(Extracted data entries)
=== Begin Enclosure ===
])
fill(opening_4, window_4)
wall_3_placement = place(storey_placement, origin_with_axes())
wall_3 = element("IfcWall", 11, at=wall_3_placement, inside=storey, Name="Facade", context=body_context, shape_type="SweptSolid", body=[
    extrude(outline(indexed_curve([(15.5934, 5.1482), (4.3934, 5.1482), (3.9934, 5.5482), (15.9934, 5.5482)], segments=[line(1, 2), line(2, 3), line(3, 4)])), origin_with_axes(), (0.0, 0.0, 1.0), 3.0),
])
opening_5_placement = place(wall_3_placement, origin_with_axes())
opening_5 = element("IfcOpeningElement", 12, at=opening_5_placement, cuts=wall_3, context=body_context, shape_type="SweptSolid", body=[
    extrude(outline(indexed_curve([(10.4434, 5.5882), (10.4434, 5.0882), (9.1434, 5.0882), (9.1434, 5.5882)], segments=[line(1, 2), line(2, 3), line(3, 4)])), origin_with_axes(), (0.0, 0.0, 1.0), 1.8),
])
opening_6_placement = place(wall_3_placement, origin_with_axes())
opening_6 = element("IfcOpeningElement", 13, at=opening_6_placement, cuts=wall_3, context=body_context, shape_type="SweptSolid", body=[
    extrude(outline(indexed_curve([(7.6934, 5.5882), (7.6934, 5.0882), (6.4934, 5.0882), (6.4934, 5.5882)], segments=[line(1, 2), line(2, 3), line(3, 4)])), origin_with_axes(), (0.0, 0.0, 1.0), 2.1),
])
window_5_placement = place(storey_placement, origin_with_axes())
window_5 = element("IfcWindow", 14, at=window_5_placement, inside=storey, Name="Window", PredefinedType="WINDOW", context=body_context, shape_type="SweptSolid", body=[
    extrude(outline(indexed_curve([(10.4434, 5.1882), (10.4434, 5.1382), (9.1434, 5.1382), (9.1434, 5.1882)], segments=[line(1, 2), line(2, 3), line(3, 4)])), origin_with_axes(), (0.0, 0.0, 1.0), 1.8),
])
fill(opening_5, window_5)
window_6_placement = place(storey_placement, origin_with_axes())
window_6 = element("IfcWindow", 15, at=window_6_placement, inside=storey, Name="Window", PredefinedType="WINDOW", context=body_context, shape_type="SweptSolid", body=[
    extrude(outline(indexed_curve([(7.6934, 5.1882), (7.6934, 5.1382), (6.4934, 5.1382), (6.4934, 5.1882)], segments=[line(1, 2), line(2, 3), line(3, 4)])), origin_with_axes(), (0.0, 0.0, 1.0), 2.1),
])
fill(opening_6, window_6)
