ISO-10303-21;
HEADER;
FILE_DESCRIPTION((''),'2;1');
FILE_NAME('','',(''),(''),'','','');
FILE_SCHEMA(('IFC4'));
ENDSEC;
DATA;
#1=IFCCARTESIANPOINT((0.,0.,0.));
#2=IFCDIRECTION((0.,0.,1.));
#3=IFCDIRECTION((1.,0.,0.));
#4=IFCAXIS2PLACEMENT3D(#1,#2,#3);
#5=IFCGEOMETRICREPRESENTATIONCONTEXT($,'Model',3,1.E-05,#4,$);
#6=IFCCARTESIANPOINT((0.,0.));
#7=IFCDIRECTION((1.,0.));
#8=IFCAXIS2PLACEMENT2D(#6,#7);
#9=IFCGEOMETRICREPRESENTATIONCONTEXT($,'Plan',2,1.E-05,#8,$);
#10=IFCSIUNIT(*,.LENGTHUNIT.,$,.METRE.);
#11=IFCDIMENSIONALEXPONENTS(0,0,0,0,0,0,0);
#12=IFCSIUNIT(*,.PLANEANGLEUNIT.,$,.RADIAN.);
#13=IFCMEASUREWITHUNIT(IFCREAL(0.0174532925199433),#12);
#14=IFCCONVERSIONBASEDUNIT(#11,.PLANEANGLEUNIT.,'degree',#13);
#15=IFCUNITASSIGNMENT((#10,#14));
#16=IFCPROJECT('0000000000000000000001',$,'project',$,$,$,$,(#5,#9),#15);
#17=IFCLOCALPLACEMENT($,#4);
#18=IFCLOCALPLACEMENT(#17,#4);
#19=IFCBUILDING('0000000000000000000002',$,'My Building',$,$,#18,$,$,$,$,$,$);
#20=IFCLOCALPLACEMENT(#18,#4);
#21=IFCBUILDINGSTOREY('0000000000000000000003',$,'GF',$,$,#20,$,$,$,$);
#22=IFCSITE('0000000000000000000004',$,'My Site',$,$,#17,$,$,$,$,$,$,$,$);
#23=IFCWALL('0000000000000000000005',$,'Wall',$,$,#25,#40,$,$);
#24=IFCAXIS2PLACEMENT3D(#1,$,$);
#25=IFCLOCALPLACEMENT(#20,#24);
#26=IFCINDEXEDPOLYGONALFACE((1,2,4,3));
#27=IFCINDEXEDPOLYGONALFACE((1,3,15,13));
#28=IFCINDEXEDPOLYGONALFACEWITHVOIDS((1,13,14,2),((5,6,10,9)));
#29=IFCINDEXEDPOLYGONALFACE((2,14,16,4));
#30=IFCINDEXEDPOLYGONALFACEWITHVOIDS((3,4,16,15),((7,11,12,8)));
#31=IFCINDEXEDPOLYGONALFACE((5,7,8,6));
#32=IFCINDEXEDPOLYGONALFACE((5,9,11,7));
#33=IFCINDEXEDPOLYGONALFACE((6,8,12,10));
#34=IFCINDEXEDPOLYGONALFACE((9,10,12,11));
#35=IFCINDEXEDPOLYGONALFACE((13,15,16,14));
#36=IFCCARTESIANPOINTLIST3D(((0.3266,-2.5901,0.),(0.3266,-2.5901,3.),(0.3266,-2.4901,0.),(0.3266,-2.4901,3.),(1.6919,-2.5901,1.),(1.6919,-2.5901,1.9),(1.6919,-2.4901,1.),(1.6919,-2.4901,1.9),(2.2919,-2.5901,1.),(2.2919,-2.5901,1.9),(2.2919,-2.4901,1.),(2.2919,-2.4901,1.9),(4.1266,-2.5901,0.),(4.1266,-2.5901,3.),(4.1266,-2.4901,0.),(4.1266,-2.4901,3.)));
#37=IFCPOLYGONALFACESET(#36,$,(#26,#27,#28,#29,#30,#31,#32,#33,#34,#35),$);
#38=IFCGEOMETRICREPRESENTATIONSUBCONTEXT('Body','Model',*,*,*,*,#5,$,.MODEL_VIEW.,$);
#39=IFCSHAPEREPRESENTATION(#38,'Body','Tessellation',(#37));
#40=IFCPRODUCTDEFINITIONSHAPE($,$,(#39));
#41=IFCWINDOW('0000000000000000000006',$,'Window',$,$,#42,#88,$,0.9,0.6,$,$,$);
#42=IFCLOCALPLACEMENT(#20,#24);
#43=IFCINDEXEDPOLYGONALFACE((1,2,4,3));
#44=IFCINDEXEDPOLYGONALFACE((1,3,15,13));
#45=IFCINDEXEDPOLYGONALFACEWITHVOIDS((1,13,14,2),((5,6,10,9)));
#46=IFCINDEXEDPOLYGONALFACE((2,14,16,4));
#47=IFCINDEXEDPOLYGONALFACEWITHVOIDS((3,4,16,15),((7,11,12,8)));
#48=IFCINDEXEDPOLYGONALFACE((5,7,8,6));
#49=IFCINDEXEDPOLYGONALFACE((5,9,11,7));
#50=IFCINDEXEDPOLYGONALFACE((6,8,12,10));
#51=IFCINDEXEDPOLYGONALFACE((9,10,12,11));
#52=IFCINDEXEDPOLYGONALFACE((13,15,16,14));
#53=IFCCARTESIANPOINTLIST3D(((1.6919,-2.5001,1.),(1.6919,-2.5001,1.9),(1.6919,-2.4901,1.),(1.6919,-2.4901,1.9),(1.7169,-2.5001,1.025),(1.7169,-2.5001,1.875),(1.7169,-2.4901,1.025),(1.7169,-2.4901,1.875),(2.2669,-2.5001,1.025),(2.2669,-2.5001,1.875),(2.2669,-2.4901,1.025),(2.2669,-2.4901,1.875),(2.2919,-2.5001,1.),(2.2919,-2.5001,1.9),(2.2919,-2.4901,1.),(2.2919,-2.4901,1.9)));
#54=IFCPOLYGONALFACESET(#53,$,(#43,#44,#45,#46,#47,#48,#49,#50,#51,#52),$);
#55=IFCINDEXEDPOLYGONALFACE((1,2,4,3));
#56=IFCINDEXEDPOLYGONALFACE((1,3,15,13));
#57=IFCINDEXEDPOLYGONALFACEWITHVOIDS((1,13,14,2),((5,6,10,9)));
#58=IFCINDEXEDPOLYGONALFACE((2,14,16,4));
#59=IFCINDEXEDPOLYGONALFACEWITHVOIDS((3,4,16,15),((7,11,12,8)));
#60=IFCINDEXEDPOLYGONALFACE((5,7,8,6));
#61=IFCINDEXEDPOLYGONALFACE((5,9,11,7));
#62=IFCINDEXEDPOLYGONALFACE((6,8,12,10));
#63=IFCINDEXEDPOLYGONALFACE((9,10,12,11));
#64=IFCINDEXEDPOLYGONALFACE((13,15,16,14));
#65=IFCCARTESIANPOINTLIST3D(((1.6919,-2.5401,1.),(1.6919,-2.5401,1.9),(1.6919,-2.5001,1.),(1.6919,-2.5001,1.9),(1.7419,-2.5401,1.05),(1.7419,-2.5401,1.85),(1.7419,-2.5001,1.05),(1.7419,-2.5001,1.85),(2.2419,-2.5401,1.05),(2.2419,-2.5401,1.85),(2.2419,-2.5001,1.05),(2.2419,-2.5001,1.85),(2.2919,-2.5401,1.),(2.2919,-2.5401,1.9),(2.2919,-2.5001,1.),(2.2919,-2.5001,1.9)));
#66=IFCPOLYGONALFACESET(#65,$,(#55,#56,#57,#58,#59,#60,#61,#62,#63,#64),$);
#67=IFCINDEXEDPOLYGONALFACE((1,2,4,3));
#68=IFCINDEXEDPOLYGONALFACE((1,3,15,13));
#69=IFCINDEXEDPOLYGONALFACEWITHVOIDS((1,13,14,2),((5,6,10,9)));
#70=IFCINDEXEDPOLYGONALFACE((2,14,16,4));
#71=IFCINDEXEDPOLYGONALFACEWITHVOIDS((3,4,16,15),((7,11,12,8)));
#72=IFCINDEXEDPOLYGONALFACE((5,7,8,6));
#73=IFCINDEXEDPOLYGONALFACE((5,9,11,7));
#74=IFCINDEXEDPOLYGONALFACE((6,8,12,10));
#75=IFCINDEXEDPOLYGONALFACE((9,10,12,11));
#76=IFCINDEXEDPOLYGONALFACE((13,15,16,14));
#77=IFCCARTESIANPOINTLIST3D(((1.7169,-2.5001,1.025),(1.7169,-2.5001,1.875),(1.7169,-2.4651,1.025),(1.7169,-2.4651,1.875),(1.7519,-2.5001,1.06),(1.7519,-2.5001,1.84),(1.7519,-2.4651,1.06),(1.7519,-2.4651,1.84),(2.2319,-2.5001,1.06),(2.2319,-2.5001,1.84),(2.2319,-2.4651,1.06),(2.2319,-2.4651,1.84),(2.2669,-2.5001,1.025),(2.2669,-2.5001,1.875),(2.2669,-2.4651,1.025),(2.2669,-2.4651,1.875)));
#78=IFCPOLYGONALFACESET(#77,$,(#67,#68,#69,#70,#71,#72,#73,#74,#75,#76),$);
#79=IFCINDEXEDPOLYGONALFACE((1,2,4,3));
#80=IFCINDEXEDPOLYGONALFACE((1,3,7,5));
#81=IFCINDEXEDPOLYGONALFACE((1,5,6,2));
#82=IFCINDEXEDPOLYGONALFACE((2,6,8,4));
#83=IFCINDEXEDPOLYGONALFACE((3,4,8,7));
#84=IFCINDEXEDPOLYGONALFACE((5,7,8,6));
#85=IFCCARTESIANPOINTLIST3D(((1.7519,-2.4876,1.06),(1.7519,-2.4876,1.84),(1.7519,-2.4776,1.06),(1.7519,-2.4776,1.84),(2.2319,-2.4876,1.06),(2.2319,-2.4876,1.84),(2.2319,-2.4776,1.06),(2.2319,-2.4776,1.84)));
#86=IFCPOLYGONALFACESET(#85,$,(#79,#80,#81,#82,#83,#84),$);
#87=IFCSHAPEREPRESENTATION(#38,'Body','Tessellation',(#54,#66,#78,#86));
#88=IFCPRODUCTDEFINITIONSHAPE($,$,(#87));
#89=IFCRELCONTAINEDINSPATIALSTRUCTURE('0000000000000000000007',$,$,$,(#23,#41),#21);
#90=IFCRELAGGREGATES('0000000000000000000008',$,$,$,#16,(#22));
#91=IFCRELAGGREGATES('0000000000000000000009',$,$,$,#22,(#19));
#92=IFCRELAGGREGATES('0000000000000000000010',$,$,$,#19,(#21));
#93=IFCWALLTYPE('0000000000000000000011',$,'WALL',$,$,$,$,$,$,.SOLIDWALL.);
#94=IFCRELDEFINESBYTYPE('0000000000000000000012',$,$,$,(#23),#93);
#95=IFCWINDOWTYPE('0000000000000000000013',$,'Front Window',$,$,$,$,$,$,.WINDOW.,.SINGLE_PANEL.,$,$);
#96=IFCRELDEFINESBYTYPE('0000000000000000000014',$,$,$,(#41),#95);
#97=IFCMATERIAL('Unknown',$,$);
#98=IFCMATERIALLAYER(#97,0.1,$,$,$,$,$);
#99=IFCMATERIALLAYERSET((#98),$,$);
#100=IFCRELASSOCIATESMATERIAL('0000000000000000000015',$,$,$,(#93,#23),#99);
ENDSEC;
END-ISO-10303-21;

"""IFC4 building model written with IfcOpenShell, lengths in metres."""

from ifc_helpers import new_model, entity, si_unit, converted_unit, frame, origin_with_axes, origin_2d_with_axis, place, context, subcontext, project, spatial, line, indexed_curve, outline, extrude, shape, source, transform, mapped, material, layer, layer_set, layer_usage, type_object, type_shapes, element, fill, save


model = new_model("IFC4")

# Units and contexts
model_context = context("Model", 3, precision=1e-05, world=origin_with_axes())
plan_context = context("Plan", 2, precision=1e-05, world=origin_2d_with_axis())
body_context_1 = subcontext(model_context, "Body", "Model", "MODEL_VIEW")
body_context_2 = subcontext(plan_context, "Body", "Plan", "PLAN_VIEW")
ifc_project = project(units=[si_unit("LENGTHUNIT", "METRE"), converted_unit("PLANEANGLEUNIT", "degree", entity("IfcReal", 0.0174532925199433), si_unit("PLANEANGLEUNIT", "RADIAN"), dimensions=[0, 0, 0, 0, 0, 0, 0])], contexts=[model_context, plan_context])

# Site, building, storey
site_placement = place(None, origin_with_axes())
site = spatial("IfcSite", under=ifc_project, at=site_placement, Name="My Site")
building_placement = place(site_placement, origin_with_axes())
building = spatial("IfcBuilding", under=site, at=building_placement, Name="My Building")
storey_placement = place(building_placement, origin_with_axes())
storey = spatial("IfcBuildingStorey", under=building, at=storey_placement, Name="GF")

# Shared definitions
ifc_material_1 = material(Name="Unknown")

# Shared definitions
ifc_layer_1 = layer(ifc_material_1, 0.1)
ifc_layer_set_1 = layer_set([ifc_layer_1])
wall_type = type_object("IfcWallType", Name="WALL", PredefinedType="SOLIDWALL", material=ifc_layer_set_1)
=== End Enclosure ===
• **Exercise requirements**:
From the records above, quote only the lines running from the line with "#56=IFCINDEXEDPOLYGONALFACE((1,3,15,13));" to the line with "#64=IFCINDEXEDPOLYGONALFACE((13,15,16,14));", both lines included.

• **Task output**:
#56=IFCINDEXEDPOLYGONALFACE((1,3,15,13));
#57=IFCINDEXEDPOLYGONALFACEWITHVOIDS((1,13,14,2),((5,6,10,9)));
#58=IFCINDEXEDPOLYGONALFACE((2,14,16,4));
#59=IFCINDEXEDPOLYGONALFACEWITHVOIDS((3,4,16,15),((7,11,12,8)));
#60=IFCINDEXEDPOLYGONALFACE((5,7,8,6));
#61=IFCINDEXEDPOLYGONALFACE((5,9,11,7));
#62=IFCINDEXEDPOLYGONALFACE((6,8,12,10));
#63=IFCINDEXEDPOLYGONALFACE((9,10,12,11));
#64=IFCINDEXEDPOLYGONALFACE((13,15,16,14));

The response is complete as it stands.